这一次你还想着让我低头,我宁愿没有你这个儿子,你还是离开吧!”
“我生活不能自理就会自缢,不会拖你的后腿,你们好自为之,以后不要回来了。”
她缓慢朝楼上走去,身影看着苍老了几分。
崔玉珠还在旁边煽风点火:“我觉得都是封砚雪的错,这一次革委会估计就是她搞的鬼。”
兰长生反手给她一巴掌:“就是你在背后一直嘀嘀咕咕,每次都说人家的坏话,搞得兰英做出这样的事,丢死人了。

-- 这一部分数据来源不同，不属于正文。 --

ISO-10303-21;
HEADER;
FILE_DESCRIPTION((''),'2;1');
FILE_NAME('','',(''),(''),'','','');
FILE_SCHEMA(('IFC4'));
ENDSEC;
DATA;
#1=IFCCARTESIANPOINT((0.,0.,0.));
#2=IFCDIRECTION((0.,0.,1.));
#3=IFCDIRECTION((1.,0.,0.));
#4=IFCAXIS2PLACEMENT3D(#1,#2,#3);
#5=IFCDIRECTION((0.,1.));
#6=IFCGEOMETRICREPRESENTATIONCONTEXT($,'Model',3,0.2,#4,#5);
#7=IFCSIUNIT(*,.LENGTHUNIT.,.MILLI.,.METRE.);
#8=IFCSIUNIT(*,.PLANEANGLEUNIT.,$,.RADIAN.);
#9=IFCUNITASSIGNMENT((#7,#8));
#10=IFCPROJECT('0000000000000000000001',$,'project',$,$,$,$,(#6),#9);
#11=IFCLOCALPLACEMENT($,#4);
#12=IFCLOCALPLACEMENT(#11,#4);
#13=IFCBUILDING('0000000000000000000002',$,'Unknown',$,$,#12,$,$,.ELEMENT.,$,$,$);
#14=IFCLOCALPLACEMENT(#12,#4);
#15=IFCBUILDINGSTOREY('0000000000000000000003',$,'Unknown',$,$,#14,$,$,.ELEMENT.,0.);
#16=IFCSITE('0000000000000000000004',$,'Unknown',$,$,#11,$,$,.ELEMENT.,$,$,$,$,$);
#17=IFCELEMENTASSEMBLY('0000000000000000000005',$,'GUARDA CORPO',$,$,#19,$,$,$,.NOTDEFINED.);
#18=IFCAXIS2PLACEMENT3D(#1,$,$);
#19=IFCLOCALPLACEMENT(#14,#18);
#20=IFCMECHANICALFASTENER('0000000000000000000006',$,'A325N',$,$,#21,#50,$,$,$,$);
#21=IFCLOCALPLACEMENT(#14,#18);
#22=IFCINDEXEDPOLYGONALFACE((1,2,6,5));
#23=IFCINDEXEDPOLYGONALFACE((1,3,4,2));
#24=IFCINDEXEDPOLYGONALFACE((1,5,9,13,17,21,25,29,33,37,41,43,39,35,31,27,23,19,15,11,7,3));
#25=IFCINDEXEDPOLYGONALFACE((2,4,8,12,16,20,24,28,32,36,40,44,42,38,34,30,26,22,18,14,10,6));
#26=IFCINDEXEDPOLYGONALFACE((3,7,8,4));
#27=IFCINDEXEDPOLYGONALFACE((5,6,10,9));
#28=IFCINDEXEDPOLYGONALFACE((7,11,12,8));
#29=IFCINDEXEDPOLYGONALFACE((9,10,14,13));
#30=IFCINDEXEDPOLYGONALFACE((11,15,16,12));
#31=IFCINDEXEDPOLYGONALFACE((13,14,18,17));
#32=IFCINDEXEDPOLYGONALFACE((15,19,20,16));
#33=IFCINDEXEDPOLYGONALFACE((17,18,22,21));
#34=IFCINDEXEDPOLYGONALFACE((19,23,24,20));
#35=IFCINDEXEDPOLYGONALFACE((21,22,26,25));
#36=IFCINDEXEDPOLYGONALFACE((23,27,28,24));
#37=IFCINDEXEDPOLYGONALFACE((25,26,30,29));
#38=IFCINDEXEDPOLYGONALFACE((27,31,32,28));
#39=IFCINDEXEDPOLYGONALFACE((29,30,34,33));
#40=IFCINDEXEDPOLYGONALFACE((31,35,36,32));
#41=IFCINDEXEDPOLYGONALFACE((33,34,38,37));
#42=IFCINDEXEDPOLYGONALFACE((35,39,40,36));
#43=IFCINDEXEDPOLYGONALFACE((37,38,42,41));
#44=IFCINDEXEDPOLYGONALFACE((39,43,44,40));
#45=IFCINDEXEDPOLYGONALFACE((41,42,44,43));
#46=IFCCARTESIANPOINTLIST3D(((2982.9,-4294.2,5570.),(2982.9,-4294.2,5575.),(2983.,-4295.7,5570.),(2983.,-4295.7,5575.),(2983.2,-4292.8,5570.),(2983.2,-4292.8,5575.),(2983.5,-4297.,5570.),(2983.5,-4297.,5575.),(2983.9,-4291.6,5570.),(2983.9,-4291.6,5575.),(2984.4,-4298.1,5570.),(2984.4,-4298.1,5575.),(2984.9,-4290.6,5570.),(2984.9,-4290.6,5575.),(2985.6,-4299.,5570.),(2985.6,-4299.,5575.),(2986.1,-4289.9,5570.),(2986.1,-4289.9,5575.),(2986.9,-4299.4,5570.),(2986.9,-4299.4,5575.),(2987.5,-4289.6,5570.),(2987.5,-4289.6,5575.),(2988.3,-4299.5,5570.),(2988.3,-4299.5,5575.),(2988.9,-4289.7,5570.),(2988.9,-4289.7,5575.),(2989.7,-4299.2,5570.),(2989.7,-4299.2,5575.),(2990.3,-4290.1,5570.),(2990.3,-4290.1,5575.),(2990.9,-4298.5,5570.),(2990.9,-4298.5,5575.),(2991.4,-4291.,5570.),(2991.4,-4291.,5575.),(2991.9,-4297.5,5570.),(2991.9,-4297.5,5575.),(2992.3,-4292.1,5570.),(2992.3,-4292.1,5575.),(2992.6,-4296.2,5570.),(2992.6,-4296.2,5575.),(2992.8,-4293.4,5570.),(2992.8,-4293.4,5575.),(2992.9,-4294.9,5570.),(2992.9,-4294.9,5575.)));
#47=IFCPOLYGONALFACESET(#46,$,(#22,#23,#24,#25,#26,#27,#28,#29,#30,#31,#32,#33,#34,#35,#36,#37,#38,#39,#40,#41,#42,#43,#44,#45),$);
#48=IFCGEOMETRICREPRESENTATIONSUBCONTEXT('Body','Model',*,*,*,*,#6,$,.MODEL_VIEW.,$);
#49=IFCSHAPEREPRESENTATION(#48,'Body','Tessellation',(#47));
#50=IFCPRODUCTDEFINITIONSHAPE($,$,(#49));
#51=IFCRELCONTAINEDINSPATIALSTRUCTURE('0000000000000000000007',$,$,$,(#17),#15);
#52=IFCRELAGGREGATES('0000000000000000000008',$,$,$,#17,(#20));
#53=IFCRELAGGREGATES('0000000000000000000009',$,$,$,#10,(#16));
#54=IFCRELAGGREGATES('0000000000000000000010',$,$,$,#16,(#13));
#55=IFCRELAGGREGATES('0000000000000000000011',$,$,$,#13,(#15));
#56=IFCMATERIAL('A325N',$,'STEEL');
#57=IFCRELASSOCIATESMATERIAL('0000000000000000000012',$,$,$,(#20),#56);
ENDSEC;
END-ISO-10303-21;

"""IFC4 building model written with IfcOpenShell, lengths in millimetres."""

from ifc_helpers import new_model, si_unit, direction, frame, origin_with_axes, place, context, subcontext, project, spatial, arc, indexed_curve, outline, extrude, source, transform, mapped, material, element, aggregate, save


model = new_model("IFC4")

# Units and contexts
model_context = context("Model", 3, precision=0.2, world=origin_with_axes(), true_north=direction((0.0, 1.0)))
body_context = subcontext(model_context, "Body", "Model", "MODEL_VIEW")
ifc_project = project(units=[si_unit("LENGTHUNIT", "METRE", prefix="MILLI"), si_unit("PLANEANGLEUNIT", "RADIAN")], contexts=[model_context])

# Site, building, storey
site_placement = place(None, origin_with_axes())
site = spatial("IfcSite", under=ifc_project, at=site_placement, Name="Unknown", CompositionType="ELEMENT")
building_placement = place(site_placement, origin_with_axes())
building = spatial("IfcBuilding", under=site, at=building_placement, Name="Unknown", CompositionType="ELEMENT")
storey_placement = place(building_placement, origin_with_axes())
storey = spatial("IfcBuildingStorey", under=building, at=storey_placement, Name="Unknown", CompositionType="ELEMENT", Elevation=0.0)

# Element assembly
assembly_1_placement = place(storey_placement, frame((516.1, -4294.6, 7195.0), z_axis=(0.000512, 1.0, -0.000003), x_axis=(-0.000003, 0.000003, 1.0)))
assembly_1 = element("IfcElementAssembly", 1, at=assembly_1_placement, inside=storey, Name="GUARDA CORPO", PredefinedType="NOTDEFINED")

# Shared definitions
ifc_material_1 = material(Name="A325N", Category="STEEL")

# Mechanical fastener
shared_shape_1 = source(origin_with_axes(), body_context, "Body", "SweptSolid", [
    extrude(outline(indexed_curve([(5.0, 0.0), (0.0, 5.0), (-5.0, 0.0), (0.0, -5.0)], segments=[arc(1, 2, 3), arc(3, 4, 1)])), frame((0.0, 0.0, 0.0), z_axis=(0.0, 0.0, -1.0), x_axis=(0.0, 1.0, 0.0)), (0.0, 0.0, 1.0), 5.0),
])
mechanical_fastener_1_placement = place(assembly_1_placement, frame((-1620.0, 2471.8, 1.4), z_axis=(1.0, 0.000004, -0.000003), x_axis=(0.000005, -0.882404, 0.470493)))
mechanical_fastener_1 = element("IfcMechanicalFastener", 2, at=mechanical_fastener_1_placement, material=ifc_material_1, Name="A325N", context=body_context, shape_type="MappedRepresentation", body=[
    mapped(shared_shape_1, transform((0.0, 0.0, 0.0))),
])
aggregate(assembly_1, [mechanical_fastener_1])

save(model, "model.ifc")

你如今还在蛊惑我报复她,你是不是真想要我去死,我都怀疑你是不是我的仇人,看不得我一点好。”
崔玉珠嫁过来二十多年,这是第一次被打,以前都把丈夫哄得团团转,今天真是不管用。
“你居然打我,这日子没法过了,离婚。”
兰长生表情带着阴鸷:“离婚,不可能,看见我降职就想着离婚,你就是死也得跟我绑在一起。”
“赶紧去收拾行李,我们要去云省,如果我发现你逃跑,或者给你的娘家通风报信,就等着被我收拾吧!”
“你不要忘记,瘦死的骆驼比马大,我就算是降职,那也是有职位,你算个老几。”
崔玉珠呜呜呜哭着,她怎么就那么惨,做什么都不行,连儿子都生不出来,这日子太难了。